Vous voulez recruter : quel contrat choisir ?

Nouvelles embauches, initiative emploi ou jeune en entreprise... De nouvelles possibilités sont apparues et offrent divers avantages.

Le Contrat Nouvelles Embauches (CNE) a été créé pour apporter plus de souplesse, il n'est cependant pas une recette miracle et crée des réticences. Il est valable si vous souhaitez recruter quelqu'un qui est susceptible de ne plus faire l'affaire dans quelques mois... Il permet de lever certains freins à l'embauche puisque l'employeur peut se séparer de son employé dans les deux ans sans justificatif. L'idéal serait de le substituer à un éventuel CDD. Mais cependant tout n'est pas permis concernant la rupture de contrat : les dispositions du code du travail qui protègent le salarié en cas de grossesse ou les salariés victimes d'un accident s'appliquent. De même que les règles interdisant le licenciement fondé sur l'état de santé. Par ailleurs si vous cassez le contrat dans les deux ans vous devrez verser au salarié 8 % des salaires bruts, plus 2 % aux Assedic.

Une autre menace pèse sur l'entreprise : un salarié se donne-t-il a fond lorsque la possibilité d'un licenciement plane et le met en situation de précarité durant deux ans ? Certains diront qu'il y a là un challenge à relever. Tout le monde s'accorde pour dire que le CNE ne déclenche pas forcément une embauche... C'est la santé économique de l'entreprise seule qui crée l'emploi.
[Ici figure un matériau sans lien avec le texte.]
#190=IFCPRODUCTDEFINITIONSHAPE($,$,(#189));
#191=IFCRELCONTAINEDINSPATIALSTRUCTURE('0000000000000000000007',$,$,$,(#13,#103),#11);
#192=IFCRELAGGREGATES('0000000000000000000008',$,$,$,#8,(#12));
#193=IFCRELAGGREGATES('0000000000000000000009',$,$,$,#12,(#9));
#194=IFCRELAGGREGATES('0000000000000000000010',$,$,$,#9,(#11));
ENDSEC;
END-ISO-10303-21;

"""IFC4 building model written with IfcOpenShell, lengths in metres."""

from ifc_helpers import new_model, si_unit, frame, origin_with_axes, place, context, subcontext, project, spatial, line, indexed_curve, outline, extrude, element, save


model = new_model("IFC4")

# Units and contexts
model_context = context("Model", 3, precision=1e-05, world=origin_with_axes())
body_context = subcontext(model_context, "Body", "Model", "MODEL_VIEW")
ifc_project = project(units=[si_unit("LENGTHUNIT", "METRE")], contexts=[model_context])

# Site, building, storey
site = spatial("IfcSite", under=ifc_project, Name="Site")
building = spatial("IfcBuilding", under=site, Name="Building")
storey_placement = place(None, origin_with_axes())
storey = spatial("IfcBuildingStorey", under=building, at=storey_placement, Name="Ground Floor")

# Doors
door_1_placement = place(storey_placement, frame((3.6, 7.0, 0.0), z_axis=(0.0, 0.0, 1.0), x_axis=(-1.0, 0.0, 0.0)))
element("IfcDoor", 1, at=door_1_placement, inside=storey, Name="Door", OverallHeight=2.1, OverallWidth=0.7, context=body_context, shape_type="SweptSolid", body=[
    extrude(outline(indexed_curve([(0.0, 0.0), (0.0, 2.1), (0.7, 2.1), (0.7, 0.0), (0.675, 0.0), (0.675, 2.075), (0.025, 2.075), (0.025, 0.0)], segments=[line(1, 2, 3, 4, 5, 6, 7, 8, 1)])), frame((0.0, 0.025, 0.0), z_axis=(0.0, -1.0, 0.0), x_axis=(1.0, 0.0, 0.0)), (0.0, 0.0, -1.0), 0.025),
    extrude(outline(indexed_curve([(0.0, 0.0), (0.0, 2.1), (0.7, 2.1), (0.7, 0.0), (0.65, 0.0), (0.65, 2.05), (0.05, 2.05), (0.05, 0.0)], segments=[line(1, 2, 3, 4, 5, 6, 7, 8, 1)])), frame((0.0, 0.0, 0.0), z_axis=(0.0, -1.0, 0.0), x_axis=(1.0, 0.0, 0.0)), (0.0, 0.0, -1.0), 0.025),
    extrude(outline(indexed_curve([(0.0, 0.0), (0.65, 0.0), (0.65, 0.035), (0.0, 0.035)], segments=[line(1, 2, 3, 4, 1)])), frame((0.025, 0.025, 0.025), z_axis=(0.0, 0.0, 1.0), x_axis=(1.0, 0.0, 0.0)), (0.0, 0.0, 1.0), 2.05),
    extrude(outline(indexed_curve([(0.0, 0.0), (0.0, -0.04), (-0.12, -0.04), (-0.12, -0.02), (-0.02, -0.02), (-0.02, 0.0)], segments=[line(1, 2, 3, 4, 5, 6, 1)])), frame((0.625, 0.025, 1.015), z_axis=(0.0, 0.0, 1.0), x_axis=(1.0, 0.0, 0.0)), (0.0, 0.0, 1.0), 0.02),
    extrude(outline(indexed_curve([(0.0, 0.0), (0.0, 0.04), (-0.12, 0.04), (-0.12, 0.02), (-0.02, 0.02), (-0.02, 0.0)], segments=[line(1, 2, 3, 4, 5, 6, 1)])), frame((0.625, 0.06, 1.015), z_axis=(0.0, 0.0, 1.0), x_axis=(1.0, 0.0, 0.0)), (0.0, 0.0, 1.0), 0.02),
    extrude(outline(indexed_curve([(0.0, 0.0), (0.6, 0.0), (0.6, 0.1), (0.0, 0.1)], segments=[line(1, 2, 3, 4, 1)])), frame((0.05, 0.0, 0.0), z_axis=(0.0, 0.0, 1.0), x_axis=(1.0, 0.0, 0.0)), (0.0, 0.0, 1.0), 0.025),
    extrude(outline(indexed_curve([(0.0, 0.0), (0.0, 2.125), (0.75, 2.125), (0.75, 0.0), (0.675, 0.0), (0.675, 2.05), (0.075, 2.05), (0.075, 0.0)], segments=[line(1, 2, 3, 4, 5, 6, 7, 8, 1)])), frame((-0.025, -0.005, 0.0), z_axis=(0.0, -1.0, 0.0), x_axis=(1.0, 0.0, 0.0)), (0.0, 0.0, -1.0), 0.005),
Rappelons aussi qu'il ne concerne pour l'instant que les entreprises de moins de 20 salariés.

La deuxième possibilité est le Contrat Initiative Emploi (CIE), il s'agit d'un CDI ou d'un CDD de 24 mois maximum, à temps ou à temps partiel qui permet de bénéficier  d'une aide mensuelle versée à l'employeur dans la limite de 47 % du Smic. Il fait suite à une convention signée entre l'employeur et l'ANPE et il est possible de tester un candidat proposé durant plusieurs  journées avant la signature du contrat.

Reste le Contrat Jeune en Entreprise (CJE), il concerne les jeunes de 16 à 22 ans avec un niveau de formation inférieur ou égal au bac ou de 16 à 25 ans sans formation. Il s'agit d'un CDI à temps plein ou à mi-temps. Il permet de bénéficier d'une aide versée pendant 3 ans à l'employeur à condition que celui-ci cotise au régime d'assurance chômage de l'Unedic et n'ait pas licencié économiquement durant les 6 derniers mois. L'aide est de 150 euros par mois ou 300 si le jeune n'a aucune qualification, quelque soit le salaire. 

Ces deux derniers contrats sont intéressants financièrement mais ne concernent pas tous les employés. Le plus souvent il vous reviendra d'assurer la formation professionnelle du nouvel employé. Signalons que ces contrats ne donnent pas droit à des exonérations de charges sociales. Par ailleurs si les aides financières sont intéressantes pour ces deux derniers contrats, il est bon de rappeler qu'une embauche est d'abord la rencontre du besoin de l'entreprise avec un candidat. Le contrat vient ensuite.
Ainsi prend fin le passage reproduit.